Sprechen impliziert demnach, sich ursprünglich zu verpflichten und den sprachlichen und sprachgemeinschaftlichen Normen der Wahrhaftigkeit, Glaubwürdigkeit, Bedeutsamkeit und Klarheit zu huldigen. Aufgrund der menschheitsbegründenden Tatsache, dass wir sprechen, sind wir in das normative Abenteuer der Vernunft verstrickt und können uns nicht als faule Beobachter und vornehme Ästheten an den Rand des Spielfelds stellen.

Wir können uns des normativen Drucks der Sprache der Vernunft und der Vernunft der Sprache nicht dadurch entledigen, dass wir uns als Puppen eines mirakulösen Spiels in der Hand launischer Götter oder als Projektionen neurochemischer Prozesse unseres Gehirns und unseres Organismus ansehen und definieren und solcherart alles Reden von Verbindlichkeit, Verantwortung und Vernunft mit einem Schlag uns vom Halse zu schaffen und als bloßes Gerede abzutun wähnen. Müssten wir dieses Falls unser Reden von Verbindlichkeit, Verantwortung und Vernunft aber nicht auf verbindliche Weise mittels des verantwortungsvollen Gebrauchs unserer Vernunft eben als unverbindliches, unverantwortliches und unvernünftiges Gerede erweisen? Sehen wir nicht in diesem Nebel die dicken Schwaden, die aus des Teufels Küche dringen?
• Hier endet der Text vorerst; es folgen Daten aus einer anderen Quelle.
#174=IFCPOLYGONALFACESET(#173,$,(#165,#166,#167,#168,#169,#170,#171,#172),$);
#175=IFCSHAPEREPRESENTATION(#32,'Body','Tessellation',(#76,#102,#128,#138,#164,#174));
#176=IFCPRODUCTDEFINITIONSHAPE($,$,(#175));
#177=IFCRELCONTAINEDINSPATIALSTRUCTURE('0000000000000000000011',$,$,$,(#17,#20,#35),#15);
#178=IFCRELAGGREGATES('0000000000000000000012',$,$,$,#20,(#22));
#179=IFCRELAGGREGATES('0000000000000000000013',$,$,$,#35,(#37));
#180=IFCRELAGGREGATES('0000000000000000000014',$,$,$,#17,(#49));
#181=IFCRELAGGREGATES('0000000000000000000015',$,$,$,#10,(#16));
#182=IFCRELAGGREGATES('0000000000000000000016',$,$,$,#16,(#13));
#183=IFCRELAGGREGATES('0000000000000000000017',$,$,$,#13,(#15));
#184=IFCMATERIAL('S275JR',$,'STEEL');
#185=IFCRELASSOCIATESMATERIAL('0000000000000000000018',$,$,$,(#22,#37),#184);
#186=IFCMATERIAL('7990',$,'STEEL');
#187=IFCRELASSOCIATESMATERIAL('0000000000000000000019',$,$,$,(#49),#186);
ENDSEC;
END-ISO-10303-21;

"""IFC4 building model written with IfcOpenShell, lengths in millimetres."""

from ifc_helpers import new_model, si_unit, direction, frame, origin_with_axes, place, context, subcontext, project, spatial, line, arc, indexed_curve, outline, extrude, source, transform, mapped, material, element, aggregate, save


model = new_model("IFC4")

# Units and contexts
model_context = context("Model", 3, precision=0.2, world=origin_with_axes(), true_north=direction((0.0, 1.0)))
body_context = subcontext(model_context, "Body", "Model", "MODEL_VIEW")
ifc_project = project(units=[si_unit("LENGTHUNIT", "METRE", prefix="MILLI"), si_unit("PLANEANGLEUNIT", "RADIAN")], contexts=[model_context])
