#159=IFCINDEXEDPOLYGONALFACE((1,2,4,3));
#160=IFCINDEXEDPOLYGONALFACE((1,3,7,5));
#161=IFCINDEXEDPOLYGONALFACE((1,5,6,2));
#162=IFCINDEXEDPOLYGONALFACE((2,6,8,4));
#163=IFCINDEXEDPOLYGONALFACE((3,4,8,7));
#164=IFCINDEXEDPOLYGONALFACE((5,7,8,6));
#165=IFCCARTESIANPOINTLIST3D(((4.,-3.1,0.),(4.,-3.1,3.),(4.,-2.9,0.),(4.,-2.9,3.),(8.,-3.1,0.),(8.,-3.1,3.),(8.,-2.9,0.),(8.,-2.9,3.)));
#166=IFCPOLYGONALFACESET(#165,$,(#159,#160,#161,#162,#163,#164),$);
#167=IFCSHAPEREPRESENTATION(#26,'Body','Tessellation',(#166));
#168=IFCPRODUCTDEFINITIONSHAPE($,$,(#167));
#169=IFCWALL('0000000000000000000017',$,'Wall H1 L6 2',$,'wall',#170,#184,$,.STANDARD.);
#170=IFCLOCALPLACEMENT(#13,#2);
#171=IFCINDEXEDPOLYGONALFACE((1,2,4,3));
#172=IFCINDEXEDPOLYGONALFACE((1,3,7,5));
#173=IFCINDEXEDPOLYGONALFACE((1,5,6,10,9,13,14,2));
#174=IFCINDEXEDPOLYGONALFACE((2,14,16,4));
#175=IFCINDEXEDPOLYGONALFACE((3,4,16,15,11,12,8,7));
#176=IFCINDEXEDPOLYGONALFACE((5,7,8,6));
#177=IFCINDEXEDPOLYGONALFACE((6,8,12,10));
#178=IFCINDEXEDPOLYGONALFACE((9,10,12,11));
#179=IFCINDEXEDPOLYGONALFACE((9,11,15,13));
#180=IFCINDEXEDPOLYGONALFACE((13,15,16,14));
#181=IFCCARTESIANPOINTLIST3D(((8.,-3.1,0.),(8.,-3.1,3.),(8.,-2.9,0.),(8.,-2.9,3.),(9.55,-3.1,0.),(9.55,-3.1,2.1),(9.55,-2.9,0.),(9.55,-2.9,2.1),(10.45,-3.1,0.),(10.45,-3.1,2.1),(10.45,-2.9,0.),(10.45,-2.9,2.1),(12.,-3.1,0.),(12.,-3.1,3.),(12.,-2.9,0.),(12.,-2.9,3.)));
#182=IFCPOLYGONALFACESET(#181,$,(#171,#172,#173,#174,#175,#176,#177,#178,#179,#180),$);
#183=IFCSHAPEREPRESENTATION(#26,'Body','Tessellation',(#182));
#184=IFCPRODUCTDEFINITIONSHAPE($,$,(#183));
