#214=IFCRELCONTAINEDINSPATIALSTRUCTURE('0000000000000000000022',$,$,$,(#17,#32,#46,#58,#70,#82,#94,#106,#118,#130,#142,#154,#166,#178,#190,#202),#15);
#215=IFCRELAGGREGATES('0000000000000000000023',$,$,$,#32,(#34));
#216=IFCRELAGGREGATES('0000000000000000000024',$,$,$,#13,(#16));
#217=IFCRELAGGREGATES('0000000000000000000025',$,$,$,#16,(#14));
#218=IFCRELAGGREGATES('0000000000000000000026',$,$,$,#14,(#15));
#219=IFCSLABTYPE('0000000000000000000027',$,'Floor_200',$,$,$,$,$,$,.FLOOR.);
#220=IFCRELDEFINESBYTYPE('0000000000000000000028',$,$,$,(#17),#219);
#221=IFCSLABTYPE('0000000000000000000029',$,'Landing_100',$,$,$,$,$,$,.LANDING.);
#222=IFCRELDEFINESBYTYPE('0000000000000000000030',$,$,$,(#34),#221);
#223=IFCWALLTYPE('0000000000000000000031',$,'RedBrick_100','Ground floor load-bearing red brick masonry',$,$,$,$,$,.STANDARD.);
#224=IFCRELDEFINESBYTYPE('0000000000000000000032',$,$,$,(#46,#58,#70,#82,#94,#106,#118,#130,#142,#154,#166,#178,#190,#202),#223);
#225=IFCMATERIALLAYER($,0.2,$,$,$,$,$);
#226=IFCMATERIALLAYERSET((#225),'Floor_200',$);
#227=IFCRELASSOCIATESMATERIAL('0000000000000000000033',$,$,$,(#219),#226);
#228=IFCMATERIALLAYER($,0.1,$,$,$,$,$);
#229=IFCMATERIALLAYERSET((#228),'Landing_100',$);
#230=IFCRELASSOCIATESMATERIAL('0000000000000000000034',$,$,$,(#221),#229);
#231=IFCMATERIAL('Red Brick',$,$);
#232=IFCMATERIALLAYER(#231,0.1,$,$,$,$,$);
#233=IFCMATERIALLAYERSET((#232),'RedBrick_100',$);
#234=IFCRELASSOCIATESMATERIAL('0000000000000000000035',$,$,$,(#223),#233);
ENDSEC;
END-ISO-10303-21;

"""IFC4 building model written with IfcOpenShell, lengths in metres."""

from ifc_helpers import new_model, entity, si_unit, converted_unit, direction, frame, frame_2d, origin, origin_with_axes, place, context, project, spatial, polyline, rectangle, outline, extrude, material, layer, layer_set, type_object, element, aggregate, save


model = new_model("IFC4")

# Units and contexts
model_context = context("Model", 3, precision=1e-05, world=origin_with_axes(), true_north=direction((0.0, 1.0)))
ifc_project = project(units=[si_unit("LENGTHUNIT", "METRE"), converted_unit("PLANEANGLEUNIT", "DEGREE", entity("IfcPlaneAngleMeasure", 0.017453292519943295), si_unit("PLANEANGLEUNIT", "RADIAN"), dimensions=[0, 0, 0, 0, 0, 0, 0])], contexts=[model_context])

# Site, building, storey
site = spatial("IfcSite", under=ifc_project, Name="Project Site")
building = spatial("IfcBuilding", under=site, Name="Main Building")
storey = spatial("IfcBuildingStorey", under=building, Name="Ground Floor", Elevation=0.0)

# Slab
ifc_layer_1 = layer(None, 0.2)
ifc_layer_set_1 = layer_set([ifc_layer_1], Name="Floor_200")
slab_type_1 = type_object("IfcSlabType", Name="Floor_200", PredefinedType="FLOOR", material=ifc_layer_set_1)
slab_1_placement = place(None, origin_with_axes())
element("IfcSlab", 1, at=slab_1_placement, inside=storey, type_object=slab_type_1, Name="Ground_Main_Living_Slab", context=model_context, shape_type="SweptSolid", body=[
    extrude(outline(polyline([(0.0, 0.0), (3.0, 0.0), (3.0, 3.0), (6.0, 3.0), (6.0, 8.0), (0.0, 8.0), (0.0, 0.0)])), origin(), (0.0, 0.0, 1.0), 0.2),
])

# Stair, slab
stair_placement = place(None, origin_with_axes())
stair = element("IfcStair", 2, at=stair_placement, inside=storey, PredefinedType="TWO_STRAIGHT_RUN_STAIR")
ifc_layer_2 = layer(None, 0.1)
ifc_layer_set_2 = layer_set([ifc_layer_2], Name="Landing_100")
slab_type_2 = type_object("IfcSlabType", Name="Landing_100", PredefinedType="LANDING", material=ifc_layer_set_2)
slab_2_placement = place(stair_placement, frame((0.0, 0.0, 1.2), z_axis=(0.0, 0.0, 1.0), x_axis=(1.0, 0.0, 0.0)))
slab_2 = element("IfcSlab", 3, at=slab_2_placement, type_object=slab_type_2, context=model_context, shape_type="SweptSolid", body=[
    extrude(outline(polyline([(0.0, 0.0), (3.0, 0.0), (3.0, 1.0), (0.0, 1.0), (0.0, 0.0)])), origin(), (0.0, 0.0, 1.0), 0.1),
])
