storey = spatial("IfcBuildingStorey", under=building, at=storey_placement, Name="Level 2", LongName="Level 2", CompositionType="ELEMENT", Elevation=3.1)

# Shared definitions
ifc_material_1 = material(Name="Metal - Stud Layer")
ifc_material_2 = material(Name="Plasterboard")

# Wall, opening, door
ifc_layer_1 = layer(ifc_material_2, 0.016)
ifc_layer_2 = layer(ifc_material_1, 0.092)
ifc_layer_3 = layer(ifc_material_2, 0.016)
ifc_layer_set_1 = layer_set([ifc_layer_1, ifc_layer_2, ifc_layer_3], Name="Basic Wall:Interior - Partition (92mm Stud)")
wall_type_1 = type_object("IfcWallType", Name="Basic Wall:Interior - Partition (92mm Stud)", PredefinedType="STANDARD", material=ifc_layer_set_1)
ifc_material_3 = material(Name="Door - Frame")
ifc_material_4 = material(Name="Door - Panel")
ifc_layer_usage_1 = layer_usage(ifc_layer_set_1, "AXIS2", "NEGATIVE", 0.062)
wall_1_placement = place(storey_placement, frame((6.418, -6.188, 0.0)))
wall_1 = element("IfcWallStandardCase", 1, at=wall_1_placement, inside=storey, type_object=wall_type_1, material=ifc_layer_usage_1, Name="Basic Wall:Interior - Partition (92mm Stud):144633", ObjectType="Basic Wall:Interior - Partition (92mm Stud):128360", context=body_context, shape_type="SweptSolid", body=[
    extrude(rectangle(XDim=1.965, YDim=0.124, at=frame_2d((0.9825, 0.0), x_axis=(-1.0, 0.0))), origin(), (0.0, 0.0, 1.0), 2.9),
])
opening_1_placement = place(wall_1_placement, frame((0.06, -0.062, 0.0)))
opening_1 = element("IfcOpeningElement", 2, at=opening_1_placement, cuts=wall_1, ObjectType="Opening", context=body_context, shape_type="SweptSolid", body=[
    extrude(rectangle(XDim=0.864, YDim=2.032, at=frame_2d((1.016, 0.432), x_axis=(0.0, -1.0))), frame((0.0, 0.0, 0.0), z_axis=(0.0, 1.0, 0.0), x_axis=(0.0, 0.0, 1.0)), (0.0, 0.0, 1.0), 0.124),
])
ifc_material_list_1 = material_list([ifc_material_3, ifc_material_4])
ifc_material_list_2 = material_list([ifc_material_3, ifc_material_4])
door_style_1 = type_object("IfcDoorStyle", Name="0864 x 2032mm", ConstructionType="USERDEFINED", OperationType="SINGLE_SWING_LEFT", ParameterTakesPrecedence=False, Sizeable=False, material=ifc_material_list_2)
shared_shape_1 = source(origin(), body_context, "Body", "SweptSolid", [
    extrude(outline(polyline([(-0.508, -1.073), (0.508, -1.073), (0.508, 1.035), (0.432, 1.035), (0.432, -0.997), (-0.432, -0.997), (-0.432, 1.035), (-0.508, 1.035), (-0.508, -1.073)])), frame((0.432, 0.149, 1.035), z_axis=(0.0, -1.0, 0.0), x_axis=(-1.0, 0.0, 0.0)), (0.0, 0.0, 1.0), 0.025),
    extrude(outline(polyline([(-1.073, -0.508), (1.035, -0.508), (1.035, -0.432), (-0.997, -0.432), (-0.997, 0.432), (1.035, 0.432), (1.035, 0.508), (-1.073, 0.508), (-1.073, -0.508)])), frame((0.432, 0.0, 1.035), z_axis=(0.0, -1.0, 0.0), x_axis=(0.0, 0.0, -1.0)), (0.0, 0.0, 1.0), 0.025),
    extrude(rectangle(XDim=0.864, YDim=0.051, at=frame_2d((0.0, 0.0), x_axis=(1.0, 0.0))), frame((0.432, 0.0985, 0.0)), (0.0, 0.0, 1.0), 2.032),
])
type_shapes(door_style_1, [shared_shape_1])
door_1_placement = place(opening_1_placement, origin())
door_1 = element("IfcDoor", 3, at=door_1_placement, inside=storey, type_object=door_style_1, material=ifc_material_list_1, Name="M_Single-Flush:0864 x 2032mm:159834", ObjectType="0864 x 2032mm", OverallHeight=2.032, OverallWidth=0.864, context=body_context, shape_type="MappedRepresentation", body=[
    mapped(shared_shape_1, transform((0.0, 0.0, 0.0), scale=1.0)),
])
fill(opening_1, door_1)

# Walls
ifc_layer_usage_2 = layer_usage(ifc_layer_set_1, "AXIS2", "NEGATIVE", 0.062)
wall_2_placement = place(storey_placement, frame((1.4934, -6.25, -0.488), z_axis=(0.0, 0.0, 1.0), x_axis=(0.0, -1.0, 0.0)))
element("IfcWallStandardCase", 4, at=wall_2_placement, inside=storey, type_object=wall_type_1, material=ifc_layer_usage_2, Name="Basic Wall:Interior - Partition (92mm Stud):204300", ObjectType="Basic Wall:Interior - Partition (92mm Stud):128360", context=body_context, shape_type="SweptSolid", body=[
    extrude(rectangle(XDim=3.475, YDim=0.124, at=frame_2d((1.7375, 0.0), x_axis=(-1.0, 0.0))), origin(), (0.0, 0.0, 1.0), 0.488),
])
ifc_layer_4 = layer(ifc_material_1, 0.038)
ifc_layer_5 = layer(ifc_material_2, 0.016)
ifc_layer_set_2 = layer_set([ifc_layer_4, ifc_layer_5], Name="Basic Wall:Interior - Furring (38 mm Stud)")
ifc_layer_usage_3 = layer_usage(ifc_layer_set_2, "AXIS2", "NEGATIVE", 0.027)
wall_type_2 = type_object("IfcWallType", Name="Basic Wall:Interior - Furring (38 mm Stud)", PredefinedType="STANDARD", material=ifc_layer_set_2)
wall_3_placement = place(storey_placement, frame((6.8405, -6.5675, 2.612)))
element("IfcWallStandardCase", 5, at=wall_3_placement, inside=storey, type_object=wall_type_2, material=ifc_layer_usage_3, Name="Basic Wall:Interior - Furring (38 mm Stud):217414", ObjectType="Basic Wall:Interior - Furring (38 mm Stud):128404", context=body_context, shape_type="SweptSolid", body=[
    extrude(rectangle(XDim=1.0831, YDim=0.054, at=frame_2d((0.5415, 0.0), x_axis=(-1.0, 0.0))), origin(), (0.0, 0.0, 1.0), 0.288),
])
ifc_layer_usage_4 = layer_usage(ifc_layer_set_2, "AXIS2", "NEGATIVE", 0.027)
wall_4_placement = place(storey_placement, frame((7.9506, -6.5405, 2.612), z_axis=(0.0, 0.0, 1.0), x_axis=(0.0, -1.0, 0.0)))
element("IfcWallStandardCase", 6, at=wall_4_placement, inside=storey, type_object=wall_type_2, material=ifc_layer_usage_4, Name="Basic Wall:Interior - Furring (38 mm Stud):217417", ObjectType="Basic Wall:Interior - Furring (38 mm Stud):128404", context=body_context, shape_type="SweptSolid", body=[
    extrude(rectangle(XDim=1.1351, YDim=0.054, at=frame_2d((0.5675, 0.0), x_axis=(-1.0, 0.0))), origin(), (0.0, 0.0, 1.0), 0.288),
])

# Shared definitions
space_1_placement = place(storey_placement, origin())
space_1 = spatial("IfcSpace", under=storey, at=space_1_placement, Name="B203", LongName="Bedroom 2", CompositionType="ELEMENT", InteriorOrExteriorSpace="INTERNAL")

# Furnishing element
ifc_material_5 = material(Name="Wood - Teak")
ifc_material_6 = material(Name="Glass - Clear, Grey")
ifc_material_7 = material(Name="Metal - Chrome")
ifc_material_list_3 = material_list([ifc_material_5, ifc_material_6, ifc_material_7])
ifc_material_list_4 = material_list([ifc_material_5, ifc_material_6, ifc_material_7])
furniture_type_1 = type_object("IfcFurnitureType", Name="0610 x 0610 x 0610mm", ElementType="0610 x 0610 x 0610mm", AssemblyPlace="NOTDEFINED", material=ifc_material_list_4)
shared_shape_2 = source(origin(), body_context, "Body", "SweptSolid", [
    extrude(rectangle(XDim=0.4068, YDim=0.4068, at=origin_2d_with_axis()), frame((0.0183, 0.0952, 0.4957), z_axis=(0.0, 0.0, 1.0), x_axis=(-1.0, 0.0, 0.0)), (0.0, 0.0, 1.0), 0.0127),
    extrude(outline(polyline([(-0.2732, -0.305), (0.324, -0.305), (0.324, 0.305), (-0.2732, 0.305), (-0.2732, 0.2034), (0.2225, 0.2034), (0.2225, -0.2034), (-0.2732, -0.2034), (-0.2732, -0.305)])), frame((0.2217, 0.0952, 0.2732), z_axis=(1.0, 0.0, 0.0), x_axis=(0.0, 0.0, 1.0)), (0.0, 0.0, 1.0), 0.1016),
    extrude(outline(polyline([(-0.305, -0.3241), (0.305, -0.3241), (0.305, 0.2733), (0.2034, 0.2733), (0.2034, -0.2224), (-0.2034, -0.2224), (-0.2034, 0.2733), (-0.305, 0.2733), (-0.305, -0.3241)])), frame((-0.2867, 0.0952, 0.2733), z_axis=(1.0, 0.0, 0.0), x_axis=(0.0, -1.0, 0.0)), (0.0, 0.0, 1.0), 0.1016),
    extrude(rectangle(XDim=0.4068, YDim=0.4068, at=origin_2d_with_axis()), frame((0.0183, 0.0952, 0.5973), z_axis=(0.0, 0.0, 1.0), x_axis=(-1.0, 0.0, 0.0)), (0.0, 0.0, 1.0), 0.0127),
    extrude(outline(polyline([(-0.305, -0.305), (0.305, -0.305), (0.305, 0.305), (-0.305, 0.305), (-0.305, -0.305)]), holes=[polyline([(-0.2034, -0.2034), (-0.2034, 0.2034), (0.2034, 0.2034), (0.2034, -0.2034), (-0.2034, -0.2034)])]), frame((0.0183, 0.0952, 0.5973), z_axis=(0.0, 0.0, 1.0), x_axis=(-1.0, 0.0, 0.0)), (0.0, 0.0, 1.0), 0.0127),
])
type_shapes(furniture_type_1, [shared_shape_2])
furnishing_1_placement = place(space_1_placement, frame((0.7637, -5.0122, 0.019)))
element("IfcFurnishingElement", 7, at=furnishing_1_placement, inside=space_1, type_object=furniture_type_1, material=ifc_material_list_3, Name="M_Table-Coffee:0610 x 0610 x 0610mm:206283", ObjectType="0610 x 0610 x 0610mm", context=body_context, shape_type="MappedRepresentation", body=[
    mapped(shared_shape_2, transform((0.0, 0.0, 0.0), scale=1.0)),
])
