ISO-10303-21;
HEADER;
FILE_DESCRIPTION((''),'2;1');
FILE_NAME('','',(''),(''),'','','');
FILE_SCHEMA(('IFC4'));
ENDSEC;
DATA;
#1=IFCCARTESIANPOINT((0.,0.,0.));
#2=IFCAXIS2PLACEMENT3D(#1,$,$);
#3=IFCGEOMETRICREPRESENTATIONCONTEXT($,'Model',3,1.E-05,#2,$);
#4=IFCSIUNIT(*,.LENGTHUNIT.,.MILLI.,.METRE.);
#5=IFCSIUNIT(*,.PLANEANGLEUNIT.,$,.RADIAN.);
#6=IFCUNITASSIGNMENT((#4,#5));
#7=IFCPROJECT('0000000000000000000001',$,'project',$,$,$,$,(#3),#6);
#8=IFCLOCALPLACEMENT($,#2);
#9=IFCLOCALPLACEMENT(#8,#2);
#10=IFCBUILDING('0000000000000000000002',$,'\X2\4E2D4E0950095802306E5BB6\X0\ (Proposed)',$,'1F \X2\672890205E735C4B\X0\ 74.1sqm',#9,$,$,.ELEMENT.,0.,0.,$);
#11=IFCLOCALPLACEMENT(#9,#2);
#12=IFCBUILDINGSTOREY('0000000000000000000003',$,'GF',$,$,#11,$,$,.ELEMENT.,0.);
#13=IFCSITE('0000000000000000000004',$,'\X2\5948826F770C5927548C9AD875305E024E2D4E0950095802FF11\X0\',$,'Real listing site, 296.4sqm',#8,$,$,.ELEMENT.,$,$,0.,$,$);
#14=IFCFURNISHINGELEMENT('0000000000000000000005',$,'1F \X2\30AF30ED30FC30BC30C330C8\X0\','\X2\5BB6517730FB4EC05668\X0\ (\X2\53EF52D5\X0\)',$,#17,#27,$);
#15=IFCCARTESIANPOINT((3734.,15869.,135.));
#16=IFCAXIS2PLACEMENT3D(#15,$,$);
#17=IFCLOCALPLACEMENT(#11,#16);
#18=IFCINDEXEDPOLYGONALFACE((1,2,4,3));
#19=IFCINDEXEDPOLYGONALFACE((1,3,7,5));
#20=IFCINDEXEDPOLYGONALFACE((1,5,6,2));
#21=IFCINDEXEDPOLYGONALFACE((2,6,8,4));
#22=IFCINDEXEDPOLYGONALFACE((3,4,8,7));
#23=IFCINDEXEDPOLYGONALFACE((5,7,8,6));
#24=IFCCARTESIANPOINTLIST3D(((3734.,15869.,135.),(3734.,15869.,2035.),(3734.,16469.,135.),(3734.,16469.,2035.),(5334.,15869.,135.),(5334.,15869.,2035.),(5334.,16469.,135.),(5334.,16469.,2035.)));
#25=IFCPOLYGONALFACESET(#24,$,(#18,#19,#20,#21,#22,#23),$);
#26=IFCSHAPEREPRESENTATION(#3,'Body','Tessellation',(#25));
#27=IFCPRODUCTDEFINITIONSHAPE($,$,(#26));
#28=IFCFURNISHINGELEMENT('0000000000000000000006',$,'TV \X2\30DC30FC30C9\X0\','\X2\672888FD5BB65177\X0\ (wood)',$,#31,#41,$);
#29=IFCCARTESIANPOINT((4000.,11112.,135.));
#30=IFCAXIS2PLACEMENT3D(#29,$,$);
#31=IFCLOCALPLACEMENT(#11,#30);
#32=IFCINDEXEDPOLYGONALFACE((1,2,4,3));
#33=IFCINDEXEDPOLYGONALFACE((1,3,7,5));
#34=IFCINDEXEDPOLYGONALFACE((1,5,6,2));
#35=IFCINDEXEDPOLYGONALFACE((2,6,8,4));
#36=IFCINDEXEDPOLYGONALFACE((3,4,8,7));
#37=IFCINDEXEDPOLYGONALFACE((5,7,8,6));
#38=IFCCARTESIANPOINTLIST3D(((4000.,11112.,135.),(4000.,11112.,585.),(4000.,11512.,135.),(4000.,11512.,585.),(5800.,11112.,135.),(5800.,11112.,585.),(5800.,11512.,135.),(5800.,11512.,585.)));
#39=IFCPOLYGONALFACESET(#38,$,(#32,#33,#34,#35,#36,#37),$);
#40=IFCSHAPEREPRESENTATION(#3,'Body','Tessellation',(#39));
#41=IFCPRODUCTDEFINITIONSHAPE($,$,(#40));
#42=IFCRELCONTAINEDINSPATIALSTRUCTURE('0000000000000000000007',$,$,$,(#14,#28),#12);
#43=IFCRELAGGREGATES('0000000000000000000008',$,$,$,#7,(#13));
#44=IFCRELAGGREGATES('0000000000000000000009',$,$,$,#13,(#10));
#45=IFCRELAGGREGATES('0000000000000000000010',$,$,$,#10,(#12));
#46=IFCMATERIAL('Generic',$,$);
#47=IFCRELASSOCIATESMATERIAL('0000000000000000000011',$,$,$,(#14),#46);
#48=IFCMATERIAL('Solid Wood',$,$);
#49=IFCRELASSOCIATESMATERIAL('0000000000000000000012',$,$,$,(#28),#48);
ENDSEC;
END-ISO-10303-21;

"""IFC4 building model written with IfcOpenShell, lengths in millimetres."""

from ifc_helpers import new_model, si_unit, frame, frame_2d, origin, place, context, project, spatial, rectangle, extrude, material, element, save


model = new_model("IFC4")

# Units and contexts
model_context = context("Model", 3, precision=1e-05, world=origin())
ifc_project = project(units=[si_unit("LENGTHUNIT", "METRE", prefix="MILLI"), si_unit("PLANEANGLEUNIT", "RADIAN")], contexts=[model_context])

# Site, building, storey
site_placement = place(None, origin())
site = spatial("IfcSite", under=ifc_project, at=site_placement, Name="奈良県大和高田市中三倉堂１", ObjectType="Real listing site, 296.4sqm", CompositionType="ELEMENT", RefElevation=0.0)
building_placement = place(site_placement, origin())
building = spatial("IfcBuilding", under=site, at=building_placement, Name="中三倉堂の家 (Proposed)", ObjectType="1F 木造平屋 74.1sqm", CompositionType="ELEMENT", ElevationOfRefHeight=0.0, ElevationOfTerrain=0.0)
storey_placement = place(building_placement, origin())
storey = spatial("IfcBuildingStorey", under=building, at=storey_placement, Name="GF", CompositionType="ELEMENT", Elevation=0.0)

# Shared definitions
ifc_material_1 = material(Name="Solid Wood")

# Shared definitions
ifc_material_2 = material(Name="Generic")

# Furnishing elements
furnishing_1_placement = place(storey_placement, frame((3734.0, 15869.0, 135.0)))
element("IfcFurnishingElement", 1, at=furnishing_1_placement, inside=storey, material=ifc_material_2, Name="1F クローゼット", Description="家具・什器 (可動)", context=model_context, shape_type="SweptSolid", body=[
    extrude(rectangle(XDim=1600.0, YDim=600.0, at=frame_2d((800.0, 300.0))), frame((3734.0, 15869.0, 135.0)), (0.0, 0.0, 1.0), 1900.0),
])
furnishing_2_placement = place(storey_placement, frame((4000.0, 11112.0, 135.0)))
element("IfcFurnishingElement", 2, at=furnishing_2_placement, inside=storey, material=ifc_material_1, Name="TV ボード", Description="木製家具 (wood)", context=model_context, shape_type="SweptSolid", body=[
    extrude(rectangle(XDim=1800.0, YDim=400.0, at=frame_2d((900.0, 200.0))), frame((4000.0, 11112.0, 135.0)), (0.0, 0.0, 1.0), 450.0),
])

save(model, "model.ifc")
Wir sahen, wie die Psychose die normative Kraft der Sprache schwächt und in vielen Episoden der Krankheit aufhebt: Der Kranke erkennt die Absicht des Sprechers nicht oder verkennt und missdeutet sie in einem Grade, der die Kommunikation unterhöhlt, wenn er die Absichten ihm gewogener Sprecher paranoide verbiegt; der Kranke irrt in der Unterscheidung von intentionalen und kausalen Quellen der Kundgabe und Information, wenn er das Hundegebell als Warnung versteht und das geistesabwesende Lächeln des Kollegen als Ankündigung des nahen Todes; der Kranke verheddert sich in semantische und pragmatische Inkonsistenzen, wenn er etwas akzeptiert oder behauptet, von dessen Nichtexistenz oder Falschheit er eigentlich oder eben noch überzeugt war, oder etwas leugnet, das ihm offenkundig vor Augen schwebt.

Wir können in Anlehnung an das Gesagte annehmen, der Kranke habe das symbolische Kapital des Vertrauens vor der Zeit verbraucht, oder wir müssen angesichts der erblichen Disposition zur Krankheit konzedieren, es sei ihm zu spärlich davon mitgegeben worden. Jedenfalls scheint die Psychose viele Kranke mit Misstrauen, Angst und Argwohn zu vergiften und die Quellen guten Mutes, die unser Gemeinschaftsgefühl stärken und unsere Dialogfähigkeit auffrischen, in einem Maße zu vergiften, dass Verstummen, Erstarren, Teilnahmslosigkeit und Apathie um sich greifen.

Sicher wäre die Liebe die große Macht, das zerrissene Band des Vertrauens wieder anzuknüpfen und die vor Schrecken oder Verzweiflung erstarrte Zunge zu lösen; indes ist diese Macht nicht umsonst die himmlische genannt, lässt sie sich doch wie alles, was von oben kommt, nicht verordnen und häppchen- oder löffelweise verabreichen. Der Arzt ist gehalten, nüchtern seine Pflicht zu tun, er kann sein Erbarmen selten einmal mit in Schwingung bringen. Woher denn Liebe, wenn der Flügel des Engels nicht streift?